Characterization of aldose reductases Ia and Ib from rabbit lens.

Abstract

The properties of two aldose reductases (Ia and Ib) from rabbit lens were investigated. Both enzymes showed similar substrate specificity, and were capable of reducing various aldoses and aldehydes. On the basis of apparent Km, Vmax and second-order rate constant (kcat/Km) values, both enzymes had the highest reductive efficiency toward aromatic aldehydes such as pnitrobenzaldehyde. Among the aldoses tested, the aldose reductases exhibited a high affinity for DL-glyceraldehyde (Km of 31μM for Ia and 32μM for Ib) and a low affinity for D-glucose (Km of 92mM for Ia and 126mM for Ib).

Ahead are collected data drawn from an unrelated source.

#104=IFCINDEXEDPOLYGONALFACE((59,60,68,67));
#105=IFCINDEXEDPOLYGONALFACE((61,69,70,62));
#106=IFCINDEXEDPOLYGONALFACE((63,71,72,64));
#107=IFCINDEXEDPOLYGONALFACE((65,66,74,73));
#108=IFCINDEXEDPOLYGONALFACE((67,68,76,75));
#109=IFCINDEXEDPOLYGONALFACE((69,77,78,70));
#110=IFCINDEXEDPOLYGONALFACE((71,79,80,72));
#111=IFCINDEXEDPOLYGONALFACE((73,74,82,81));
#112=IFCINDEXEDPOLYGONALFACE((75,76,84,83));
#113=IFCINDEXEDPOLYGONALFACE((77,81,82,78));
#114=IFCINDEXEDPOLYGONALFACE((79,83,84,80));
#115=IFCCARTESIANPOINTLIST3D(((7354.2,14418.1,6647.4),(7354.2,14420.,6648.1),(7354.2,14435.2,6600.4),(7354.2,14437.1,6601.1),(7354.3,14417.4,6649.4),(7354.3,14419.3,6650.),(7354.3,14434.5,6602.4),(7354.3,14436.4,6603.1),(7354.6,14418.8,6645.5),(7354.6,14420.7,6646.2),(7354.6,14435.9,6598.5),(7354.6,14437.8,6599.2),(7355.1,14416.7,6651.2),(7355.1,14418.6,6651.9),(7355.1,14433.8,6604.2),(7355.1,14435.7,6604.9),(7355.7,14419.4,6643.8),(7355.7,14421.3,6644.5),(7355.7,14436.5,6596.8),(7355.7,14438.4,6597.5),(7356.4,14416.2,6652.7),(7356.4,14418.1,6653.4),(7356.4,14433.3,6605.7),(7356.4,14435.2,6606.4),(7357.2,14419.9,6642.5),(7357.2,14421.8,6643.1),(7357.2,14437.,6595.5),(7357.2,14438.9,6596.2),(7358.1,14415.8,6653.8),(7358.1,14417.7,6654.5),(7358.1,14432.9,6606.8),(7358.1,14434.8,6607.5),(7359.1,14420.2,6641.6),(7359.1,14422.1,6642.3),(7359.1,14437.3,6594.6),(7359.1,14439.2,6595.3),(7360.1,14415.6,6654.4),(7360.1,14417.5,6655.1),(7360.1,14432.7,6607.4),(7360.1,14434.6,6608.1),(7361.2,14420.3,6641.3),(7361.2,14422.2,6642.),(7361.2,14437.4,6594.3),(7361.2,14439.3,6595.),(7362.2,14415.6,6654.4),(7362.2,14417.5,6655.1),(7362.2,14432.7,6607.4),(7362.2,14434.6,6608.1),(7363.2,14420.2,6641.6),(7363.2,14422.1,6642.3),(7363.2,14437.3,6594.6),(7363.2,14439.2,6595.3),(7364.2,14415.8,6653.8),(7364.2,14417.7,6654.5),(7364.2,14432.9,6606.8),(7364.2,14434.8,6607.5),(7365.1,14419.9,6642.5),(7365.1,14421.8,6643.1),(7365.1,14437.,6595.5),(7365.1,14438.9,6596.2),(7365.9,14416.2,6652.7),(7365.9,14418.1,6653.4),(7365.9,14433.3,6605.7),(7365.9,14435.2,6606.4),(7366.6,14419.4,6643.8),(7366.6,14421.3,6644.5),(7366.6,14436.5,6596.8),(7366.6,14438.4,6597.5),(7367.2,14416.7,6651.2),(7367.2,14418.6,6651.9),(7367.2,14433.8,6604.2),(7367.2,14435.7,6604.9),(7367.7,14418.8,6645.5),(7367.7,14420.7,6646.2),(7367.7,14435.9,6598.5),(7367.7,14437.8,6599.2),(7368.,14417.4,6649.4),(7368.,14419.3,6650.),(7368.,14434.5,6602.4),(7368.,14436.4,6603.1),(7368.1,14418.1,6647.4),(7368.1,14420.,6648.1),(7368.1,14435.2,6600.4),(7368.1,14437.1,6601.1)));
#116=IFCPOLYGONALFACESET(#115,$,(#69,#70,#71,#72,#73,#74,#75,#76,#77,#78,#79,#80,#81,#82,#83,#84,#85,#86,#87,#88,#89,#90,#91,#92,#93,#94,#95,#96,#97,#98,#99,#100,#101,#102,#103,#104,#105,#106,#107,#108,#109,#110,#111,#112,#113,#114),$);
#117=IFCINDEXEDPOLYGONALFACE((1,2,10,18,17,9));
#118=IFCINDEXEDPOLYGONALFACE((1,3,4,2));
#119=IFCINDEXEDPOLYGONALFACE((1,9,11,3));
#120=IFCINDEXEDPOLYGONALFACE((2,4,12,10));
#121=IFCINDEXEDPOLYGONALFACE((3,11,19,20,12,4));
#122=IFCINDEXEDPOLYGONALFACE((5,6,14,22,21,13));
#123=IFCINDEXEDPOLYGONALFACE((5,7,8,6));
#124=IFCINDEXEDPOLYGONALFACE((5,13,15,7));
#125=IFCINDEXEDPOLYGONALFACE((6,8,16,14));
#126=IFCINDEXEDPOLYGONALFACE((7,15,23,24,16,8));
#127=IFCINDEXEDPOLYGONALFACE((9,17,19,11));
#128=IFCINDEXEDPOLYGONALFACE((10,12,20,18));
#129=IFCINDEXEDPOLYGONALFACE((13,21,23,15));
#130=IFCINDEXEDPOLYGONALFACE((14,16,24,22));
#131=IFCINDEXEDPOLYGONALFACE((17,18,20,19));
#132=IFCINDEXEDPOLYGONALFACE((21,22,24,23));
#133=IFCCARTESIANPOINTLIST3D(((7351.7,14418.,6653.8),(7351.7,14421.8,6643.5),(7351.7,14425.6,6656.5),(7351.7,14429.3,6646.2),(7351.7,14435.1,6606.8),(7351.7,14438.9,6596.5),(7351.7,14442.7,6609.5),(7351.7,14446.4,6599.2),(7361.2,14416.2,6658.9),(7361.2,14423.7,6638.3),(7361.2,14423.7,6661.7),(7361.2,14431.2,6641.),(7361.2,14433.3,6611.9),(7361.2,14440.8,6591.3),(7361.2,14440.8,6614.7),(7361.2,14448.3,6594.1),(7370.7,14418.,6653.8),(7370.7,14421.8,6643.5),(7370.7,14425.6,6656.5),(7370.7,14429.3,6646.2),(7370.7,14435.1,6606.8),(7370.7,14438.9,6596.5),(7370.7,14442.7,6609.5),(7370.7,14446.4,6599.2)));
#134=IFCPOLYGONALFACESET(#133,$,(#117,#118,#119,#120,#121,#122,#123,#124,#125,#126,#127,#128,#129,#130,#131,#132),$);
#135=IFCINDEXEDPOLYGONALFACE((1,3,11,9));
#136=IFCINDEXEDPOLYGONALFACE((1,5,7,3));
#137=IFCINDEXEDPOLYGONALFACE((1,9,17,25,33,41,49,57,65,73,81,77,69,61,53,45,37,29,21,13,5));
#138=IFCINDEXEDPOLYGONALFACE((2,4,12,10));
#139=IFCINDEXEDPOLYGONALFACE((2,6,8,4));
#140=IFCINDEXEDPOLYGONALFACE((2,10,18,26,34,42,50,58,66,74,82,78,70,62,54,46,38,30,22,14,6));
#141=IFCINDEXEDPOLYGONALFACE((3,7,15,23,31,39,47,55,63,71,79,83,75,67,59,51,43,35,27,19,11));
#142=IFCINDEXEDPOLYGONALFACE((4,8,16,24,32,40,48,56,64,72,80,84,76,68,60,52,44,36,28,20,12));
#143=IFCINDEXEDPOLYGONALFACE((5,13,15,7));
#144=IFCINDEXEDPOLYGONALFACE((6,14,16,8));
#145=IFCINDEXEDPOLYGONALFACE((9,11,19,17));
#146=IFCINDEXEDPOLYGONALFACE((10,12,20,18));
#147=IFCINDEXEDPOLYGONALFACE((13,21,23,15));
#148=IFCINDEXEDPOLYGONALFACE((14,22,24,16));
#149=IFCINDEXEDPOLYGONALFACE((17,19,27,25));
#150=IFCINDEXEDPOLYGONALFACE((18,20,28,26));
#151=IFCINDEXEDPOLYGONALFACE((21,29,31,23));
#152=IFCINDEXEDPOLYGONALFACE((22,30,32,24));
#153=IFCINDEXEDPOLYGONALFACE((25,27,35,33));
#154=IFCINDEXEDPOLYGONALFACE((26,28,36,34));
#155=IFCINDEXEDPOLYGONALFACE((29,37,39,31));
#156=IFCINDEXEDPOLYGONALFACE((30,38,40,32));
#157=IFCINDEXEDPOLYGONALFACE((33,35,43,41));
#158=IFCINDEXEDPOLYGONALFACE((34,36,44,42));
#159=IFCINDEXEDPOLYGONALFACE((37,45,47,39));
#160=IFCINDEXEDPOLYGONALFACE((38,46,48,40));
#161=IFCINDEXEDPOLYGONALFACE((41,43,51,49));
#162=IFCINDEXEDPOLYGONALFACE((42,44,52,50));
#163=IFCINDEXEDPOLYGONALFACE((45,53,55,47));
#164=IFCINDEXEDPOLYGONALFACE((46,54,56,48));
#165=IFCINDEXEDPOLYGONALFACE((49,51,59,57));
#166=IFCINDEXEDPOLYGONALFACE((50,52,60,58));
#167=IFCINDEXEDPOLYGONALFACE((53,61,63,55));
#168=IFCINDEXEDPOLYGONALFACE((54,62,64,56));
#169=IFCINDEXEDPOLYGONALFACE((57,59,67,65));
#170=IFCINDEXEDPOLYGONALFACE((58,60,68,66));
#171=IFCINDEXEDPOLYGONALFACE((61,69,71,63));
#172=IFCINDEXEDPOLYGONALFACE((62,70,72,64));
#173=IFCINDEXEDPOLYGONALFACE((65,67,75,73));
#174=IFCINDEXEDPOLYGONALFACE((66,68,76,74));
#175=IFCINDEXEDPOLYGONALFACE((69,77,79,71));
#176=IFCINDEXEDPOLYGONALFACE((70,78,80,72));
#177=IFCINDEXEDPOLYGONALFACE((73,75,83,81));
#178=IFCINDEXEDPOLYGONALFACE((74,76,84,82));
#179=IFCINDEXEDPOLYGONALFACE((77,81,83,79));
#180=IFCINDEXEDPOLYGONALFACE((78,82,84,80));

Aldose reductase I's could utilize both reduced nicotinamide adenine dinucleotide phosphate (NADPH) and reduced nicotinamide adenine dinucleotide (NADH) as coenzymes, but NADH was less effective than NADPH. The Km values for NADPH (1.4μM for Ia and 1.3μM for Ib) were much smaller than those for NADH (420μM for Ia and 270μM for Ib). Aldose reductase I's were strongly activated by sulfate ion and their Km and Vmax values for substrate and coenzyme were increased. Aldose reductase I's were inhibited strongly by aldose reductase inhibitors : about 80% by 0.3μM quercitrin, 65% by 1.6μM quercetin and about 70% by 8.0μM 3, 3-tetramethyleneglutaric acid. NADP+ and adenosine 2', 5'-diphosphate (2', 5'-ADP) were strong competitive inhibitors of both aldose reductase I's with respect to the coenzyme. The K1 values for 2', 5'-ADP were about 30μM, and those for NADP+ were about 70μM.